Dino Wilkinson, a technology Partner at Clyde & Co, says: “Digital transformation hit top speed during the COVID-19 pandemic as traditional businesses were forced to urgently adapt to new ways of working. The result is that organisations have confidence in further digitalisation and the positive impact it can have on their businesses. However, this is tempered by concern about some of the risks involved, including cyber threats and increased regulatory compliance challenges.”

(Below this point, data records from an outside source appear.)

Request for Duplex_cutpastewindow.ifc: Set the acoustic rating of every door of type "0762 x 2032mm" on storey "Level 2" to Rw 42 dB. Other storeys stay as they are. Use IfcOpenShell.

First a look at what the model holds.

```python
import ifcopenshell
import ifcopenshell.util.element

model = ifcopenshell.open("Duplex_cutpastewindow.ifc")
print(model.schema)
storey = next(s for s in model.by_type("IfcBuildingStorey") if s.Name == "Level 2")
doors = [e for e in ifcopenshell.util.element.get_decomposition(storey) if e.is_a("IfcDoor")]
seen = {}
for e in doors:
    element_type = ifcopenshell.util.element.get_type(e)
    key = (element_type.Name if element_type != e and element_type else None, ifcopenshell.util.element.get_pset(e, "Pset_DoorCommon", "AcousticRating"))
    seen[key] = seen.get(key, 0) + 1
for (name, value), count in sorted(seen.items(), key=str):
    print(count, "x", name, "|", value)
```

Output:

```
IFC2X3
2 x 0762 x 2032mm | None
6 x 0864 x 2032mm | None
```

```python
import ifcopenshell
import ifcopenshell.api.pset
import ifcopenshell.util.element

model = ifcopenshell.open("Duplex_cutpastewindow.ifc")

storey = next(s for s in model.by_type("IfcBuildingStorey") if s.Name == "Level 2")
doors = [e for e in ifcopenshell.util.element.get_decomposition(storey) if e.is_a("IfcDoor")]

count = 0
for e in doors:
    element_type = ifcopenshell.util.element.get_type(e)
    if element_type in (None, e) or element_type.Name != "0762 x 2032mm":
        continue
    # add_pset returns the element's existing set when there is one.
    pset = ifcopenshell.api.pset.add_pset(model, product=e, name="Pset_DoorCommon")
    ifcopenshell.api.pset.edit_pset(model, pset=pset, properties={"AcousticRating": "Rw 42 dB"})
    count += 1

print(count, "doors updated")

model.write("Duplex_cutpastewindow_v2.ifc")
```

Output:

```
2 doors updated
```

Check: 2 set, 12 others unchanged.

Leaders are least prepared for climate change and societal risks
The biggest change in perception since last year’s report is in relation to climate and societal risks. Climate change (which includes climate change liabilities, natural disasters, and energy transition) was cited by 47% of respondents as a high impact risk (placing it 6th in the risk register) which is a significant perception change in GCs (+32%) and boards (+10%) from last year’s survey. Not only that but senior leaders surveyed say that they feel least prepared for climate change risks (30% not prepared), with societal changes (29% not prepared), and geopolitical risk (26% not prepared) following it on the list.
GCs are grappling with how they should identify, assess, and manage climate-related risks; and what metrics and targets they will use.

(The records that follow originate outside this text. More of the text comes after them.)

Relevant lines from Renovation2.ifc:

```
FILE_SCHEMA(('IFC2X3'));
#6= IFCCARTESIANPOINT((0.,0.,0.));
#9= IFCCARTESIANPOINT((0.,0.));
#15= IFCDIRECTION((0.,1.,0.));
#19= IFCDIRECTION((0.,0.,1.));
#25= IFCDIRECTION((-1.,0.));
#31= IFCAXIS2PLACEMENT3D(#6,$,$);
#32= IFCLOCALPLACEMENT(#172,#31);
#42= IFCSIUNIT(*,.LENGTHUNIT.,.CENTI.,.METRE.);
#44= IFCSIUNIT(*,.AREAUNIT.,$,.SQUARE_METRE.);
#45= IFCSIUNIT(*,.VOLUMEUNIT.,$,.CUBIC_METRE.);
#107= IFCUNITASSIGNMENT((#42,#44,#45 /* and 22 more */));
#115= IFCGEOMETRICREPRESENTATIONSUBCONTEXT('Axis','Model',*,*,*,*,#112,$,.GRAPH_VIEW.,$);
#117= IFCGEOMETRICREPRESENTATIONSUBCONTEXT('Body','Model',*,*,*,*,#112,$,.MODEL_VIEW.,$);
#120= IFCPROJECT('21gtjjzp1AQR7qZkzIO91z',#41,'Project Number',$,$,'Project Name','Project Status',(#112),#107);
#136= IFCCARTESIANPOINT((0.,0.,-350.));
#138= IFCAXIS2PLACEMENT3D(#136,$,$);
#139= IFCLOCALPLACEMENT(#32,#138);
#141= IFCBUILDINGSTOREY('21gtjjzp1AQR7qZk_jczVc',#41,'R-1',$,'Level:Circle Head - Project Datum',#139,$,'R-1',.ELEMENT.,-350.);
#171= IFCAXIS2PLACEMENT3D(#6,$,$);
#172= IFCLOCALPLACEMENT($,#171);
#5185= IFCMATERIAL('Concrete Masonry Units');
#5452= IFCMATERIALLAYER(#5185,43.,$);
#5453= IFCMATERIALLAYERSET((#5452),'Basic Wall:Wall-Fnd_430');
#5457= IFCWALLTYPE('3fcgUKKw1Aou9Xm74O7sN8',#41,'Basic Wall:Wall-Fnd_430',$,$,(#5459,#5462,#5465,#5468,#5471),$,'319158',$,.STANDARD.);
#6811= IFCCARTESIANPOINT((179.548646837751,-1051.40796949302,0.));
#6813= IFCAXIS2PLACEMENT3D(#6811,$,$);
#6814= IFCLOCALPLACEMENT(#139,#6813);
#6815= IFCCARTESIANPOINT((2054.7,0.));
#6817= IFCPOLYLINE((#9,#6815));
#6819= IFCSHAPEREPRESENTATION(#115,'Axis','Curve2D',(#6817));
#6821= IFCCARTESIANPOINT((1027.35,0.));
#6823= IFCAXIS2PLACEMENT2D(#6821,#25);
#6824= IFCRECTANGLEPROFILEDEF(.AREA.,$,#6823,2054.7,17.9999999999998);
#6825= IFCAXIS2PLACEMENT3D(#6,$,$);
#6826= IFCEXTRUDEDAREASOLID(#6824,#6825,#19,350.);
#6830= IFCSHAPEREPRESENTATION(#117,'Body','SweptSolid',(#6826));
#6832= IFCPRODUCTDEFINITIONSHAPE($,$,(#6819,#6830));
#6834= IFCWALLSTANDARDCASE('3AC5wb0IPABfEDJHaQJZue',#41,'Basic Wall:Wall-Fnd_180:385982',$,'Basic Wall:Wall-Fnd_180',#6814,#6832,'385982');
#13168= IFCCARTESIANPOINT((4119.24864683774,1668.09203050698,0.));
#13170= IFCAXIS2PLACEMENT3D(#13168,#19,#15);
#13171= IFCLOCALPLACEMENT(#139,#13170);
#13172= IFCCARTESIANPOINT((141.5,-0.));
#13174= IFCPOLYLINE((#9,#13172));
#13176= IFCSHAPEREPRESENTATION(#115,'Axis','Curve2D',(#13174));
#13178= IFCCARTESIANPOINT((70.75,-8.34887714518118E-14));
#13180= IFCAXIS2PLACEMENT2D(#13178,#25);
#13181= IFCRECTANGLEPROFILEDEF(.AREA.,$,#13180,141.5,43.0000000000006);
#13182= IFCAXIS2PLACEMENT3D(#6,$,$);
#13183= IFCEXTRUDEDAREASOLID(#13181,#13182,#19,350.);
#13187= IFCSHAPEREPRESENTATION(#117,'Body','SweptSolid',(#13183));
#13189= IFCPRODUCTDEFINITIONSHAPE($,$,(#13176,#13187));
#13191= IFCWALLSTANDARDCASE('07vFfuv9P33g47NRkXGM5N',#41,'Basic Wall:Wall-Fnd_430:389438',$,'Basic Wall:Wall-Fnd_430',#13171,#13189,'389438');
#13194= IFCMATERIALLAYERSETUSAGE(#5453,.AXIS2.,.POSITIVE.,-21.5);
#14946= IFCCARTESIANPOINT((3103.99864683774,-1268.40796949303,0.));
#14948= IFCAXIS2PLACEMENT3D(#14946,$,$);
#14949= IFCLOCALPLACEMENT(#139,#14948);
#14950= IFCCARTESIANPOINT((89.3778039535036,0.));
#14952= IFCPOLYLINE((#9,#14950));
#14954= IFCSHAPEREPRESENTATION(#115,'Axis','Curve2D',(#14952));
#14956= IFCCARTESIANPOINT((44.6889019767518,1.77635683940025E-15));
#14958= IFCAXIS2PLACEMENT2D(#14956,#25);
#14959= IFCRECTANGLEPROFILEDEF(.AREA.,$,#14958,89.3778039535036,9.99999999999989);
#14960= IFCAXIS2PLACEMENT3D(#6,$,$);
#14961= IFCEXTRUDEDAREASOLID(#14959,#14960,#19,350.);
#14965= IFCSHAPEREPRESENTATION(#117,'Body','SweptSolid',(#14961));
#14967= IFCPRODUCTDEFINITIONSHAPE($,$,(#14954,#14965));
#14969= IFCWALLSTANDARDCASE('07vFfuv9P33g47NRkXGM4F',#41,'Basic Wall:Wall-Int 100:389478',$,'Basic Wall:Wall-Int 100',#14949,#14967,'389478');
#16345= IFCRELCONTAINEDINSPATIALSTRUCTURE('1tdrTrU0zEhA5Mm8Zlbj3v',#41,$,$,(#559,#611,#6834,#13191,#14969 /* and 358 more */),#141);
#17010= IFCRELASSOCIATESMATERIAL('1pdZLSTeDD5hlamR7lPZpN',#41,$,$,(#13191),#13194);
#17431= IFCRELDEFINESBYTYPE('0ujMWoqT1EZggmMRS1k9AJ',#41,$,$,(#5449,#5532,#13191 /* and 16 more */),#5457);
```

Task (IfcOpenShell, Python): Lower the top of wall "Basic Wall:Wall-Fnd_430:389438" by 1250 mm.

```python
import ifcopenshell
import ifcopenshell.geom
import ifcopenshell.util.representation
import ifcopenshell.util.shape
import ifcopenshell.util.unit

model = ifcopenshell.open("Renovation2.ifc")
unit_scale = ifcopenshell.util.unit.calculate_unit_scale(model)
settings = ifcopenshell.geom.settings()


def volume(element):
    """Net volume in cubic metres, openings subtracted."""
    shape = ifcopenshell.geom.create_shape(settings, element)
    return ifcopenshell.util.shape.get_volume(shape.geometry)


wall = model.by_id(13191)
before = volume(wall)

body = ifcopenshell.util.representation.get_representation(wall, "Model", "Body")
solid = body.Items[0]
old_height = solid.Depth
solid.Depth -= 1.25 / unit_scale
after = volume(wall)

print(f"height {old_height:g} -> {solid.Depth:g}, volume {before:.3f} -> {after:.3f} m3")

model.write("Renovation2_v2.ifc")
```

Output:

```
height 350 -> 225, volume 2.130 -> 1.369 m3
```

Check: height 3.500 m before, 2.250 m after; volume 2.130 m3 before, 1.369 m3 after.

Nigel Brook, Partner at Clyde & Co and member of the firm’s Climate Change Risk practice, says: “There has been intense scrutiny on governments, regulators and businesses over the past year in relation to climate change, not least as the recent COP26 summit has forced the issue up the global agenda. The importance of good governance cannot be overestimated. Putting climate risk awareness at the heart of decision-making and embedding it into both strategy and culture at all levels of an organisation is crucial. Since achieving net zero will require significant investment as well as regulation, this could create major opportunities for businesses, as well as risks they need to be very alive to.”
Complex risk landscape will require new ways to manage risk
Respondents all agreed that the risk landscape has become so complex and demanding that companies will need to develop new methods of risk management.
Seventy nine percent (79%) said the risk landscape is more complex than two to three years ago. A further 69% said that risks such as the pandemic and climate change will require new approaches to address and manage the risks.
John Madden, Research Director at Winmark said: “The risk landscape in the last 12 months has been increasingly fast-moving and unpredictable, with the pandemic testing the agility and resilience of all organisations. Leaders are having to reframe and rethink their working practices and the purpose of their operations which will result in new ways of managing and adapting to known and unforeseen risks.”
About the survey
The research was carried out by Clyde & Co and Winmark, the professional member network, in Summer 2021, with over 140 senior business leaders from global organisations across a wide range of industry sectors from insurance, construction, travel, tourism and hospitality, to energy and infrastructure. Half of those surveyed were headquartered from outside the UK and with operations across all regions (Asia-Pacific 25%, Europe 9%, North America 11% and Middle East 3%).
This year, Clyde & Co and Winmark have separated the 2021 findings into three separate reports: the first, launched today, looking at the overall risk landscape. The second report will be an in-depth analysis of pandemic-related risk, climate change and digital transformation, and the third report will explore the role of the GC, with both set to publish early next year.